Yeap,have a youngen that I feel the same way about,so know just how proud you are... Congrats to you and your son..


----------



## Fishinbuddy (Mar 11, 2009)

That is freakin awesome. Heck of a fish.


----------



## brandonmc (May 24, 2007)

That's fantastic! Congrats to you and your son!


----------



## kyoung490 (May 21, 2007)

awesome!


----------



## SaltSlinger (Aug 14, 2006)

Once in a lifetime from the beach! Was the spot head just sitting on the bottom with a normal fishfinder rig?


----------



## surfcast (Nov 7, 2006)

WOW!..Great job!!


----------



## Mudd (Jan 10, 2004)

Whoa Dude! 

Incredible Tyler! Congrats!


----------



## tjbjornsen (Oct 31, 2009)

Outstanding!
That is something your son is still going to be telling people about 50 years from now.
And all the better that it went back alive.
Did you pull a scale for a souvenir?


----------



## red_fish (Jul 22, 2007)

wow congrats


----------



## Hurricane44 (Aug 16, 2006)

Excellent work, and more importantly you knew to release the Tarpon rather than just killing it for pictures...very impressive! Congrats to you and your son.


----------



## dupsgm (Aug 27, 2009)

*Nice Catch*

Awesome job! Nice to see it released unharmed also. Congratulations.:fishing:


----------



## Cutbait Bob (Mar 24, 2004)

Nice fish!!


----------



## Bigfisherman (Apr 22, 2005)

I caught one just like that, last night. Then the alarm went off and I woke up. 
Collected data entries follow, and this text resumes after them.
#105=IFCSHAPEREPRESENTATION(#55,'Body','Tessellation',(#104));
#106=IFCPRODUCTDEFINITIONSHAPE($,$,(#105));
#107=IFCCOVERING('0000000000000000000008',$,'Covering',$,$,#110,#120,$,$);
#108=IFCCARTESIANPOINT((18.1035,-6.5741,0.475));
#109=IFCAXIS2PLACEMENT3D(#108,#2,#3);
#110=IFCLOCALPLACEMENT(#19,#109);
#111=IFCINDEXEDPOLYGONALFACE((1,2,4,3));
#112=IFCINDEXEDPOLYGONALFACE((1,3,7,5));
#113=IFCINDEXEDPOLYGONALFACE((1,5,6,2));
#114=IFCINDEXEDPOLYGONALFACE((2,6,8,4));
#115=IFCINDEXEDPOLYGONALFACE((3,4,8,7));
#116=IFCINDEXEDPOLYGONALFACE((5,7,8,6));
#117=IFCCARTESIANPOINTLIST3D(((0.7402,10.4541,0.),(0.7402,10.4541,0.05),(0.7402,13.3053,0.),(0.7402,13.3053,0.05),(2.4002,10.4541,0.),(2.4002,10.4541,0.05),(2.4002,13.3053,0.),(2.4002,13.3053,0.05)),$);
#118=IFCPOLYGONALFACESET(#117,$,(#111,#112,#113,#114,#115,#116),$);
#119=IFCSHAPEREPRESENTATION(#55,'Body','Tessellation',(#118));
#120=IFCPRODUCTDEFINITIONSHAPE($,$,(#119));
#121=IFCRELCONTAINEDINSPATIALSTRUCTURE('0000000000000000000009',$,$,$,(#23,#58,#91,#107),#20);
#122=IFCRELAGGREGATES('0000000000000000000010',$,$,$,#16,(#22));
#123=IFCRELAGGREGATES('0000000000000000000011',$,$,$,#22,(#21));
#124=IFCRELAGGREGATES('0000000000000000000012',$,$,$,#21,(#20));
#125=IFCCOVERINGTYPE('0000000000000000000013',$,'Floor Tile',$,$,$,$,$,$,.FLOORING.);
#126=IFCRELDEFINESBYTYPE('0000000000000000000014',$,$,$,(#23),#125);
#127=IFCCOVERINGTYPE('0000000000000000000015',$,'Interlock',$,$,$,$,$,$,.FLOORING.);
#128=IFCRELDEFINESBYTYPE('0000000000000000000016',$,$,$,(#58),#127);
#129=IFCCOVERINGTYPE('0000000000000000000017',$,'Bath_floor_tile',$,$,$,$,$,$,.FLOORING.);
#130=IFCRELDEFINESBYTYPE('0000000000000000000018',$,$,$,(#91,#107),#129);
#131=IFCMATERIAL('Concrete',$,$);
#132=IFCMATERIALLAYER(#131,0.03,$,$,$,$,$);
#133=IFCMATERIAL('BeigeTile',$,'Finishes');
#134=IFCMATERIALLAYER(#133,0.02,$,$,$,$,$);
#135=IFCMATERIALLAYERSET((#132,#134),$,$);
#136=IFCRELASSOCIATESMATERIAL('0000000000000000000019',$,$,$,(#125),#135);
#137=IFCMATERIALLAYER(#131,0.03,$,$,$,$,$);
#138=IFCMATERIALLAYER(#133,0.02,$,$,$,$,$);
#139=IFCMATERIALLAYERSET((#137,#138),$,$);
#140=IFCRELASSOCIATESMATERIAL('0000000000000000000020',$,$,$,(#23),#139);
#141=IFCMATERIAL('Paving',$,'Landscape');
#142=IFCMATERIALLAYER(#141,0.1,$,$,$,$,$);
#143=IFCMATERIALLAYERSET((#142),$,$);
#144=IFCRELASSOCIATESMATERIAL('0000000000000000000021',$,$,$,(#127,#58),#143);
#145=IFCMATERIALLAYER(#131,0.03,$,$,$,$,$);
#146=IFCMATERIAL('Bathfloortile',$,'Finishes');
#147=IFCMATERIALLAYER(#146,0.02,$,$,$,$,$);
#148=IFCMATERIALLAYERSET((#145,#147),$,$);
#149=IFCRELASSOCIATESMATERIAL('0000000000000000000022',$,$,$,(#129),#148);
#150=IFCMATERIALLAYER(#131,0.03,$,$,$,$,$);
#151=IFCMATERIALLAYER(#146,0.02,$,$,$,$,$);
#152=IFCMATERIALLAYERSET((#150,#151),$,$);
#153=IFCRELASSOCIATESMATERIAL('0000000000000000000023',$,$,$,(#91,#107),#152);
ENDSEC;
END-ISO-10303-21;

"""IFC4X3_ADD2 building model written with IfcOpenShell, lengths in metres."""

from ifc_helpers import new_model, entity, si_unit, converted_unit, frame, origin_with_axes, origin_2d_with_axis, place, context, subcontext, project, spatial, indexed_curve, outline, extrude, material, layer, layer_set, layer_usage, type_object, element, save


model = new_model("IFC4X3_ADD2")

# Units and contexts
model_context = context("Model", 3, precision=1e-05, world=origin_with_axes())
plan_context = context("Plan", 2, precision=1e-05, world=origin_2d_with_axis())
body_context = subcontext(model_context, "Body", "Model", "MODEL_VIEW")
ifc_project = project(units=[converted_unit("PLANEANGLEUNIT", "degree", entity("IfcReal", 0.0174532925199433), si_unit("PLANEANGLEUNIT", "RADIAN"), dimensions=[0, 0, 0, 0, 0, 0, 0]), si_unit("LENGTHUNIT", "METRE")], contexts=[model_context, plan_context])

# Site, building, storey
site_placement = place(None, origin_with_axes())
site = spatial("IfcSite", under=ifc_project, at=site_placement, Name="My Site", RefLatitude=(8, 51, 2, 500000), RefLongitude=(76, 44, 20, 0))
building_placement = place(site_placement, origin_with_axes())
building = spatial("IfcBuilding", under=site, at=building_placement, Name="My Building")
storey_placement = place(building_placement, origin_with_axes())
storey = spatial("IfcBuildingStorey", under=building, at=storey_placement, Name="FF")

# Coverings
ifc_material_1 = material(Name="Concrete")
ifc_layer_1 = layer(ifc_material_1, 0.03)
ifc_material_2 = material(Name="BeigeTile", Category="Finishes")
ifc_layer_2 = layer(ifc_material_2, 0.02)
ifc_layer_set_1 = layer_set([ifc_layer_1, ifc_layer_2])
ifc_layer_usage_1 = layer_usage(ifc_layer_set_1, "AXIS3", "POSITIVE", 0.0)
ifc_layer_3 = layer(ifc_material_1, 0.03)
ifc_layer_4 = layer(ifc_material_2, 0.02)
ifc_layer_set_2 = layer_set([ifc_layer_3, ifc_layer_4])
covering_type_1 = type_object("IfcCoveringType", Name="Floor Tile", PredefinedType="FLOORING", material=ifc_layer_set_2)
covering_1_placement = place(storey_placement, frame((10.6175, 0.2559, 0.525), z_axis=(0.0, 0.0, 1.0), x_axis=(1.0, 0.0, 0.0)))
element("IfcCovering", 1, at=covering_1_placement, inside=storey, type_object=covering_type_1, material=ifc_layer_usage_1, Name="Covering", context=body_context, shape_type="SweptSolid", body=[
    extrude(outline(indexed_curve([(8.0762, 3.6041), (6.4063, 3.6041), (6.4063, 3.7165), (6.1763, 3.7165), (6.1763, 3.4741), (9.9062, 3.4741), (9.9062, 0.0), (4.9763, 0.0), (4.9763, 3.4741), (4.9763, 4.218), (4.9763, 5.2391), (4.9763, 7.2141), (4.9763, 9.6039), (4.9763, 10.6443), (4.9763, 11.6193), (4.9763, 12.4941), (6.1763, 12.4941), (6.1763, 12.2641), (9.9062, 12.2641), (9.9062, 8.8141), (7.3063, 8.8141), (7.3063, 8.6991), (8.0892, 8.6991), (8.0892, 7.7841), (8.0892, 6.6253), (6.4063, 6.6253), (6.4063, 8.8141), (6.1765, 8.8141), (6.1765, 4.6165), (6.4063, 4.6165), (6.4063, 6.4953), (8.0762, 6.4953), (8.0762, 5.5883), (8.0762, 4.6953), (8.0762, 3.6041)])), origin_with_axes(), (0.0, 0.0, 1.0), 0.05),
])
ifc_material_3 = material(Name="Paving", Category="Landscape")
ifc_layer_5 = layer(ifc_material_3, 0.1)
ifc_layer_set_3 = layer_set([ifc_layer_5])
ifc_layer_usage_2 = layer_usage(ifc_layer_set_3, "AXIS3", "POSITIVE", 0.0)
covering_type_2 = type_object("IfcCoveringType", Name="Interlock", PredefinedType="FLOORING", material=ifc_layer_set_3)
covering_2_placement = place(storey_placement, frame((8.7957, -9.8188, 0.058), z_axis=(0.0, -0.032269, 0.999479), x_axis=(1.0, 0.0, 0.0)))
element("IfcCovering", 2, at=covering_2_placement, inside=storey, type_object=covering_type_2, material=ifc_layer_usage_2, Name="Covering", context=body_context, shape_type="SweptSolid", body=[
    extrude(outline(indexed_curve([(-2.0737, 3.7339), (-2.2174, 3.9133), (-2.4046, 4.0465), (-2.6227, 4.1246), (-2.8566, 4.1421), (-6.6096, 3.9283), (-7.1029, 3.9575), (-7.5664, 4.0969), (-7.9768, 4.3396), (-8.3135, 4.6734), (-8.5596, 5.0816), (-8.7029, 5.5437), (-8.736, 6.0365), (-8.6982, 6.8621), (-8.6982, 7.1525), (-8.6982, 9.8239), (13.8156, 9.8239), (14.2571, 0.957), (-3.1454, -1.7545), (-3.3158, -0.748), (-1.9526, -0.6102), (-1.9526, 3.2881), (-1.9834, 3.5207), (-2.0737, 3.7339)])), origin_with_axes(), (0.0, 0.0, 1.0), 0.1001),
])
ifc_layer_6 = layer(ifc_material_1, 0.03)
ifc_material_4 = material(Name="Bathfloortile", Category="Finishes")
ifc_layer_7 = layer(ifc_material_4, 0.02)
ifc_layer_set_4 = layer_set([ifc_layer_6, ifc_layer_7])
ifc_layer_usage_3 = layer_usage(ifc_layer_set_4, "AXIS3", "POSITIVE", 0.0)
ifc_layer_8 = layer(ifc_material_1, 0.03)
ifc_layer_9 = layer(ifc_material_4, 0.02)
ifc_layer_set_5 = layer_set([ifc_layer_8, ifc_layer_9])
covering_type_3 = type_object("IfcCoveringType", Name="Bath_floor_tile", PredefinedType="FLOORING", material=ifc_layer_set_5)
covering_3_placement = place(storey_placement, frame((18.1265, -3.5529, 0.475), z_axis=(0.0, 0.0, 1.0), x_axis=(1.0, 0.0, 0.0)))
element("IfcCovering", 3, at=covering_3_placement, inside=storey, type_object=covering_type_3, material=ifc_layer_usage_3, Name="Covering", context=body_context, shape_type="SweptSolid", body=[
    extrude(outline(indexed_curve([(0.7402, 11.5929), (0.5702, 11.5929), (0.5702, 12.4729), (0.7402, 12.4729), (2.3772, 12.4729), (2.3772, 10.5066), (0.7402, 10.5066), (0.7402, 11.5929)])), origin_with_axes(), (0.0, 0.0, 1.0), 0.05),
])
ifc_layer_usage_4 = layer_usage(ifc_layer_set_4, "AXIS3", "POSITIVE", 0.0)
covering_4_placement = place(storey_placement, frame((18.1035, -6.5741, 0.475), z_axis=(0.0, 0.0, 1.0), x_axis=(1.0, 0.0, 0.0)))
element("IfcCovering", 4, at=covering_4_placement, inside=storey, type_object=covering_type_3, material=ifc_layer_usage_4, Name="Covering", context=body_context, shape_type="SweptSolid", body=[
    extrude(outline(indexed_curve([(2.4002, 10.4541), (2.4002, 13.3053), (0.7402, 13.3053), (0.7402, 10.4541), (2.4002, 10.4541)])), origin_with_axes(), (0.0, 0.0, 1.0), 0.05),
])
Great catch, great report.


----------



## fshndad (Aug 4, 2010)

Outstanding !! thats what being a DAD is all about


----------



## Tinybaum (Mar 8, 2004)

Very nice. Congrats Dad, and son


----------



## Kingfish258 (Jun 30, 2010)

cONGRATS ON MAKING IT INTO THE FISHERMSAN'S POST


----------



## CrappieKid (Jan 21, 2008)

. Congrats Dad, and son .days like that dont come every day wish they did ....very nice/
.


----------



## LEADDRAFT (Oct 9, 2001)

Congrats on a great catch....


----------



## time2be (Sep 16, 2008)

Great catch. That will be a great memory for life.


----------